Book Review | Multipolarity next stage of age of revolutions

Update: 2024-08-17 06:50 GMT
Cover page of Age of Revolutions: Progress and Backlash from 1600 to the Present

In his book, Age of Revolutions (a name borrowed from the historian Eric Hobsbawm’s classic written some 62 years ago), well-known political analyst Fareed Zakaria tackles the central question of our times. What causes the large-scale social disruptions the world is going through today?

Looking back at some five centuries of history from the Golden Age of the Dutch to “the rise of the rest”, those subaltern powers who are today challenging the hegemony of the United States, Zakaria tries to find answers.

He traces the rise of mercantilism in Europe which saw the continent leave behind the chaotic Orient and become far wealthier. Then came the French Revolution and with it, new ideas. The rise of the British Empire paid for the Industrial Revolution. Finally came the making of modern America and what he describes as the Second Industrial Revolution.

America’s coming of age piggybacked on British success, more accurately the stealing of British and European intellectual property to build its own textile and steel factories. The Second Revolution came about when petroleum replaced coal, a fuel that the US had a great abundance of, and automobiles replaced trains. So, when Donald Trump thunders against Asian nations accusing them of stealing American patents, he and others would perhaps do well to remember that.

The rise of the Asian tigers and giants, be they China, Korea, Japan or Asean, was similarly based on “stealing” or to use a better word, copying, American ship-building, automobile and even mobile phone manufacture. Lest we forget, India’s pharmaceuticals industry, too, built itself by the stratagem of copying and modifying medicine patents which the West spent millions of dollars to discover.

The rise of these nations and what it means for America and the world order, of course, makes up much of the debate that Zakaria builds up in his nearly-400-page tome. He perhaps gets it right when he says in his book that in this century “American power has not declined, [but] American influence has”.

Between the years 2000 and 2022, the US economy went from being seven-and-a-half times larger than China’s to just 40 per cent larger. Middle powers like India, Saudi Arabia, Brazil and Turkey grew faster than the US or the European Union.

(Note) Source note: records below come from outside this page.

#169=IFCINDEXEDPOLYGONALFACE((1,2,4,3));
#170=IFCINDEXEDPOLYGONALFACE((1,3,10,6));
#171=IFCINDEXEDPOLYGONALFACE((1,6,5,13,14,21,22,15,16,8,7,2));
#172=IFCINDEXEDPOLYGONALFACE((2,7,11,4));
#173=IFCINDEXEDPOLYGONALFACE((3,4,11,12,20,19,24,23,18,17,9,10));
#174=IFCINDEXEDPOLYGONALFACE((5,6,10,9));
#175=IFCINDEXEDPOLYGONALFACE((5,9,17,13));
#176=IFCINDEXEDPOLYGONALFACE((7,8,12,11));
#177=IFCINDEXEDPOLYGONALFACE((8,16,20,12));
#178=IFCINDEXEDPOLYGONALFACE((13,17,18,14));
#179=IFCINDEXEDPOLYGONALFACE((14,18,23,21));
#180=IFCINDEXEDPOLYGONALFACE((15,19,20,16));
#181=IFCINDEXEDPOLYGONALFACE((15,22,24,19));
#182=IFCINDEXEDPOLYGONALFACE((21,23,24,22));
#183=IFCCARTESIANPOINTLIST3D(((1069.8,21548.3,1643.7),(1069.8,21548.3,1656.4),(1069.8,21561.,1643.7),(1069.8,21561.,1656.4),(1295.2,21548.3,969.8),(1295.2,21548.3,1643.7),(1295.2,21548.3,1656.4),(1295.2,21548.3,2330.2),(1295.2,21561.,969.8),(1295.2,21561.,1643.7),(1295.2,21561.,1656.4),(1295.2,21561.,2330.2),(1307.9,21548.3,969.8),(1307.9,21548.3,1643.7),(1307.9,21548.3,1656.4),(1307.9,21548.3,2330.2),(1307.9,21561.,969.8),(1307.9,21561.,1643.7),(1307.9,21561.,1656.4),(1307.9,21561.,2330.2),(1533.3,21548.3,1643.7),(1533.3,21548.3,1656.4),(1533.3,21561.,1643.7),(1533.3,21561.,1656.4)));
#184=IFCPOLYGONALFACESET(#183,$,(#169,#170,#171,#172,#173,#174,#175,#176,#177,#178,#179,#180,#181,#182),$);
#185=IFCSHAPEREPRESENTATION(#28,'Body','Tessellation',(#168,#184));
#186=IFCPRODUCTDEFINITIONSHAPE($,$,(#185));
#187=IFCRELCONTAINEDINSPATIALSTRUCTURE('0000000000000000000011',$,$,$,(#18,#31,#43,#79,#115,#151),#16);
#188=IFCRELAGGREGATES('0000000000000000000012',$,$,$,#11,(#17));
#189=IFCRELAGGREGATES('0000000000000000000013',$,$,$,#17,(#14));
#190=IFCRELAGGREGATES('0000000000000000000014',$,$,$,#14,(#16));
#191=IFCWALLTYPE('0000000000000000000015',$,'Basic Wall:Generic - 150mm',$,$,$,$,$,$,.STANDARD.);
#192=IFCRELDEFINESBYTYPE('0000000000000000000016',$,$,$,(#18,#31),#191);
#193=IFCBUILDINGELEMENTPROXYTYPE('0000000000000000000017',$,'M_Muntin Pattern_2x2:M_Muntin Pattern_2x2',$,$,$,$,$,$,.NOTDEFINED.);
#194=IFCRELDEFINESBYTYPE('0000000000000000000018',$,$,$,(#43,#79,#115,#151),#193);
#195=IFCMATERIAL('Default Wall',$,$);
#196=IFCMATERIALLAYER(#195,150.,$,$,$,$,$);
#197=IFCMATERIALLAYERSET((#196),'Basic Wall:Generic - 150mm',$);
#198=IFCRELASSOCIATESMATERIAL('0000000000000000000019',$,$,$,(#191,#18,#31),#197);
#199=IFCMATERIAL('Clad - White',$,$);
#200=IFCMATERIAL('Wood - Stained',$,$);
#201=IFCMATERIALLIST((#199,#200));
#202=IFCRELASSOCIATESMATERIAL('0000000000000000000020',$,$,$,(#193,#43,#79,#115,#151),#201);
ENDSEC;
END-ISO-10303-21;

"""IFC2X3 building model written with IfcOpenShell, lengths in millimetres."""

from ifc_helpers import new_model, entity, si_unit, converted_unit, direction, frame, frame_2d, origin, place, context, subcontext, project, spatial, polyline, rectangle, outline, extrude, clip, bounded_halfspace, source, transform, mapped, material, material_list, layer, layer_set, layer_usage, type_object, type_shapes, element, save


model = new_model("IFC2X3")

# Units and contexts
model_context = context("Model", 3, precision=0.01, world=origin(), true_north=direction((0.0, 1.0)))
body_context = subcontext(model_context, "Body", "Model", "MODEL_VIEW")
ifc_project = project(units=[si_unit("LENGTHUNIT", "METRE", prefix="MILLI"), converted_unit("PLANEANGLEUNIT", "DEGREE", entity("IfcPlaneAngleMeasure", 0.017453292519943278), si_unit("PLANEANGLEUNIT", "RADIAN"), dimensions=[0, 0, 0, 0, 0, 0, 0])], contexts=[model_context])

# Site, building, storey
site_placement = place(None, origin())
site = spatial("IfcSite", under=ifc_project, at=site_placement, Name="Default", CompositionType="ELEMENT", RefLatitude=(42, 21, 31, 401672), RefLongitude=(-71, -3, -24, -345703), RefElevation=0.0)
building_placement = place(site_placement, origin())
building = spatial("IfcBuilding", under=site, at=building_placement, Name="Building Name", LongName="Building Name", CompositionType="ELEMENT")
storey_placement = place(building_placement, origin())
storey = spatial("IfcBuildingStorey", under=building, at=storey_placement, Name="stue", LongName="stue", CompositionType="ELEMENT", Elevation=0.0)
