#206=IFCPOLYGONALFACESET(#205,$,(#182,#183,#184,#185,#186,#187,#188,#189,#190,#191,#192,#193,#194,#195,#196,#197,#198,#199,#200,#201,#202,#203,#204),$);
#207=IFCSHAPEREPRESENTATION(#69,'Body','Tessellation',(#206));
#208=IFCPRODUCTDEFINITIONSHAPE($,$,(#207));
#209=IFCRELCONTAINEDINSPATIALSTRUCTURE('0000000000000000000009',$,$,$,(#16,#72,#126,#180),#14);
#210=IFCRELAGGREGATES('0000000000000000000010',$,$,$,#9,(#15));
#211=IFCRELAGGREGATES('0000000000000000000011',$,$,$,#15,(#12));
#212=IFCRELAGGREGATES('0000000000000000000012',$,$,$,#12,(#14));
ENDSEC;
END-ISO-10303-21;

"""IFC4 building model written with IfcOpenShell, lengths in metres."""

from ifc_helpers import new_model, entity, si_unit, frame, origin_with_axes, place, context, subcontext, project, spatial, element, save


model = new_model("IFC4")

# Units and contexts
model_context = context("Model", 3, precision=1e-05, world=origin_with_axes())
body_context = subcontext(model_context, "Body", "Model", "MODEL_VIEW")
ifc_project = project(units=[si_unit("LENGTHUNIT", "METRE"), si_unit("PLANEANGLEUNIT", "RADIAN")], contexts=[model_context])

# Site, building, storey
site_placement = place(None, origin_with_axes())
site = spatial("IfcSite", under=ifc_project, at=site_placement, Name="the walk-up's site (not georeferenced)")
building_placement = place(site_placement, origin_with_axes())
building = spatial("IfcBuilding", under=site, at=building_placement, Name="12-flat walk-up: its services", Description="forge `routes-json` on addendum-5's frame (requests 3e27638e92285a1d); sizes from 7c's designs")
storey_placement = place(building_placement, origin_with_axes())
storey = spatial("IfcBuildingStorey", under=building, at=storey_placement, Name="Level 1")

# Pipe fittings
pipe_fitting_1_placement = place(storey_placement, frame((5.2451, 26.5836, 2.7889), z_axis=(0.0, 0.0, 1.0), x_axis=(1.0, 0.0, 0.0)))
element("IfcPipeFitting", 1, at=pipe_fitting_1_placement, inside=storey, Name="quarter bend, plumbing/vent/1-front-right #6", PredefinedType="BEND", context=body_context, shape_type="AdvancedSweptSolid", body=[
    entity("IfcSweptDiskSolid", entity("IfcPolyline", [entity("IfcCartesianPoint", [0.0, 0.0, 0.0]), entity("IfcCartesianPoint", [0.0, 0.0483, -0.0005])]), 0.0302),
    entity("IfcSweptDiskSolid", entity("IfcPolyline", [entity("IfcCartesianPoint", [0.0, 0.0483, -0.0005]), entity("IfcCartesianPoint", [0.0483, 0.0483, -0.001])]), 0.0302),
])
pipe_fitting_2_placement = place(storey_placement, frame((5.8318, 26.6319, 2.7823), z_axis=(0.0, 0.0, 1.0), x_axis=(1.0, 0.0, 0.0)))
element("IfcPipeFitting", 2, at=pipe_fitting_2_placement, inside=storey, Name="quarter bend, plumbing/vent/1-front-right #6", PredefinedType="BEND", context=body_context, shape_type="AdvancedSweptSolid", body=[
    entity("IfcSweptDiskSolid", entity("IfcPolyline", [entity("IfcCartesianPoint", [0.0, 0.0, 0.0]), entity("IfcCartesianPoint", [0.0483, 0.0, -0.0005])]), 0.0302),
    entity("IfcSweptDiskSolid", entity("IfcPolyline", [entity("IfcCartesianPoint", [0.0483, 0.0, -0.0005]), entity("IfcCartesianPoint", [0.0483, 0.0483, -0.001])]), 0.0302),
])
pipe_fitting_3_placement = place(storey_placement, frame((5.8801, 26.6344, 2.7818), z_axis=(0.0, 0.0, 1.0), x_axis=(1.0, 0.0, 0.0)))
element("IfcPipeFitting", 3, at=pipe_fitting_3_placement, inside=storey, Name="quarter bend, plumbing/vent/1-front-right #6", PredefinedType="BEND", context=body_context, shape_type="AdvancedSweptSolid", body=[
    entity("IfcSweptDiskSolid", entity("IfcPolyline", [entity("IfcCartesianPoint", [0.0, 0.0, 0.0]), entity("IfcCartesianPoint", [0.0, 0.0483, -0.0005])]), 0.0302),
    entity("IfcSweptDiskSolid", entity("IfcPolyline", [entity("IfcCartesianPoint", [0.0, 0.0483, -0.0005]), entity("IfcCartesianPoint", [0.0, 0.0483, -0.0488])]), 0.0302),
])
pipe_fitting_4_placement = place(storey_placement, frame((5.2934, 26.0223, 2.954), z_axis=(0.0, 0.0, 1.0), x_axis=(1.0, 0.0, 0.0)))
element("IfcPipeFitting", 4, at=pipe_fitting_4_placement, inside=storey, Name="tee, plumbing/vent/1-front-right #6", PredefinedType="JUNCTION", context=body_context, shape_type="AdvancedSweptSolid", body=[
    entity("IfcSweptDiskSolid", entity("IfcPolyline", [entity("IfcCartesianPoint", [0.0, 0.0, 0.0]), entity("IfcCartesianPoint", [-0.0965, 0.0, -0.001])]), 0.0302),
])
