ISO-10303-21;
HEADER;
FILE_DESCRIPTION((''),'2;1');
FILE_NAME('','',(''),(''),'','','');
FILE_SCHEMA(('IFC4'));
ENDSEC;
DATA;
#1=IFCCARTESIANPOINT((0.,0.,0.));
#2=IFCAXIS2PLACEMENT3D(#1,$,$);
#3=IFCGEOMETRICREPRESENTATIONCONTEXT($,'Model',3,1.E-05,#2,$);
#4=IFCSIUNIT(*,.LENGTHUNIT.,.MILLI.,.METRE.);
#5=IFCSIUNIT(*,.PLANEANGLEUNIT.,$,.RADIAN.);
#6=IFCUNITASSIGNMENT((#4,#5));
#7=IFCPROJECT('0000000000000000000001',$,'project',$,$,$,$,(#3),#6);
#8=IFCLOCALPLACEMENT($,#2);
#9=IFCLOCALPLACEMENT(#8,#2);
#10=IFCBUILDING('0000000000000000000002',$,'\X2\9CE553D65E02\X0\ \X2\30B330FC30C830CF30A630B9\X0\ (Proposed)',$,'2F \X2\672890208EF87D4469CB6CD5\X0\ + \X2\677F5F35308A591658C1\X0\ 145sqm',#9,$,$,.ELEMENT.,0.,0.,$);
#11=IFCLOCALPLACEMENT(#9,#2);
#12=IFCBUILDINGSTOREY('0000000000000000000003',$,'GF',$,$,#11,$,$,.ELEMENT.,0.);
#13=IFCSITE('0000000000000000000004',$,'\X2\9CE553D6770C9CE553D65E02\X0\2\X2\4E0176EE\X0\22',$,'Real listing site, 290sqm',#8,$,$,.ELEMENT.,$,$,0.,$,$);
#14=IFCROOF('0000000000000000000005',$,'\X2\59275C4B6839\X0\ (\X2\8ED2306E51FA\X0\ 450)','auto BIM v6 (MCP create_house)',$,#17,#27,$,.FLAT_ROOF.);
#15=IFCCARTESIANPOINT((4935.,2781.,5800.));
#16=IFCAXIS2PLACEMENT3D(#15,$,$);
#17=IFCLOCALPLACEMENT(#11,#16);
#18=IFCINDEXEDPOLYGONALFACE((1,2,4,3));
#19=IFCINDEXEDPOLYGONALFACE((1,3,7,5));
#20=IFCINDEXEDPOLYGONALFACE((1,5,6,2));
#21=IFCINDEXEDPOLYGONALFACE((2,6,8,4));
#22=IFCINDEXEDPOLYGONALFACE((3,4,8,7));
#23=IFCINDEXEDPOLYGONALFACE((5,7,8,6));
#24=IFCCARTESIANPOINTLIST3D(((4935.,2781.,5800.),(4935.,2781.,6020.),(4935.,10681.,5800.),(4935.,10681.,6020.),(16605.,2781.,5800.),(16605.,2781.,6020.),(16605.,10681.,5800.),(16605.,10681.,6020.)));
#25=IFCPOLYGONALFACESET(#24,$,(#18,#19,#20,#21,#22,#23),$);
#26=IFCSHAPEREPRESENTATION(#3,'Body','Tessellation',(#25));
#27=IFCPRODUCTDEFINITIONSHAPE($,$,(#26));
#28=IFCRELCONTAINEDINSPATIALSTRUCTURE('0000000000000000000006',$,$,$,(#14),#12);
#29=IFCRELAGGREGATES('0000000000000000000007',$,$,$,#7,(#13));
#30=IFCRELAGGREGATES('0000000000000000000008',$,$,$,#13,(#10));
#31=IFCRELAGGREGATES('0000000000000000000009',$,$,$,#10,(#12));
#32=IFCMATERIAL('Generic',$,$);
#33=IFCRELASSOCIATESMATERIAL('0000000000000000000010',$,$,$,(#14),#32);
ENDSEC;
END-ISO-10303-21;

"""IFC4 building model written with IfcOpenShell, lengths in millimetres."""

from ifc_helpers import new_model, si_unit, frame, frame_2d, origin, place, context, project, spatial, rectangle, extrude, material, element, save


model = new_model("IFC4")

# Units and contexts
model_context = context("Model", 3, precision=1e-05, world=origin())
ifc_project = project(units=[si_unit("LENGTHUNIT", "METRE", prefix="MILLI"), si_unit("PLANEANGLEUNIT", "RADIAN")], contexts=[model_context])

# Site, building, storey
site_placement = place(None, origin())
site = spatial("IfcSite", under=ifc_project, at=site_placement, Name="鳥取県鳥取市2丁目22", ObjectType="Real listing site, 290sqm", CompositionType="ELEMENT", RefElevation=0.0)
building_placement = place(site_placement, origin())
building = spatial("IfcBuilding", under=site, at=building_placement, Name="鳥取市 コートハウス (Proposed)", ObjectType="2F 木造軸組構法 + 板張り外壁 145sqm", CompositionType="ELEMENT", ElevationOfRefHeight=0.0, ElevationOfTerrain=0.0)
storey_placement = place(building_placement, origin())
storey = spatial("IfcBuildingStorey", under=building, at=storey_placement, Name="GF", CompositionType="ELEMENT", Elevation=0.0)

# Shared definitions
ifc_material = material(Name="Generic")

# Roof
roof_placement = place(storey_placement, frame((4935.0, 2781.0, 5800.0)))
element("IfcRoof", 1, at=roof_placement, inside=storey, material=ifc_material, Name="大屋根 (軒の出 450)", Description="auto BIM v6 (MCP create_house)", PredefinedType="FLAT_ROOF", context=model_context, shape_type="SweptSolid", body=[
    extrude(rectangle(XDim=11670.0, YDim=7900.0, at=frame_2d((5835.0, 3950.0))), frame((4935.0, 2781.0, 5800.0)), (0.0, 0.0, 1.0), 220.0),
])

save(model, "model.ifc")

This new reality has not produced a genuine multipolar world. The US remains numero uno, with China trying to close the gap between the two and a weaker Russia aligning itself with China. While the other middle powers and a third rung of powers race to not be left behind, the real difference between the 20th century and the 21st is that the super-powers are “less able to dominate other countries the way Washington and Moscow once did”. They can still vigorously intervene, though, even if through proxies after having burnt their fingers by direct action in Vietnam, Iraq, Afghanistan and Ukraine. And who knows perhaps in neighbouring Bangladesh, too.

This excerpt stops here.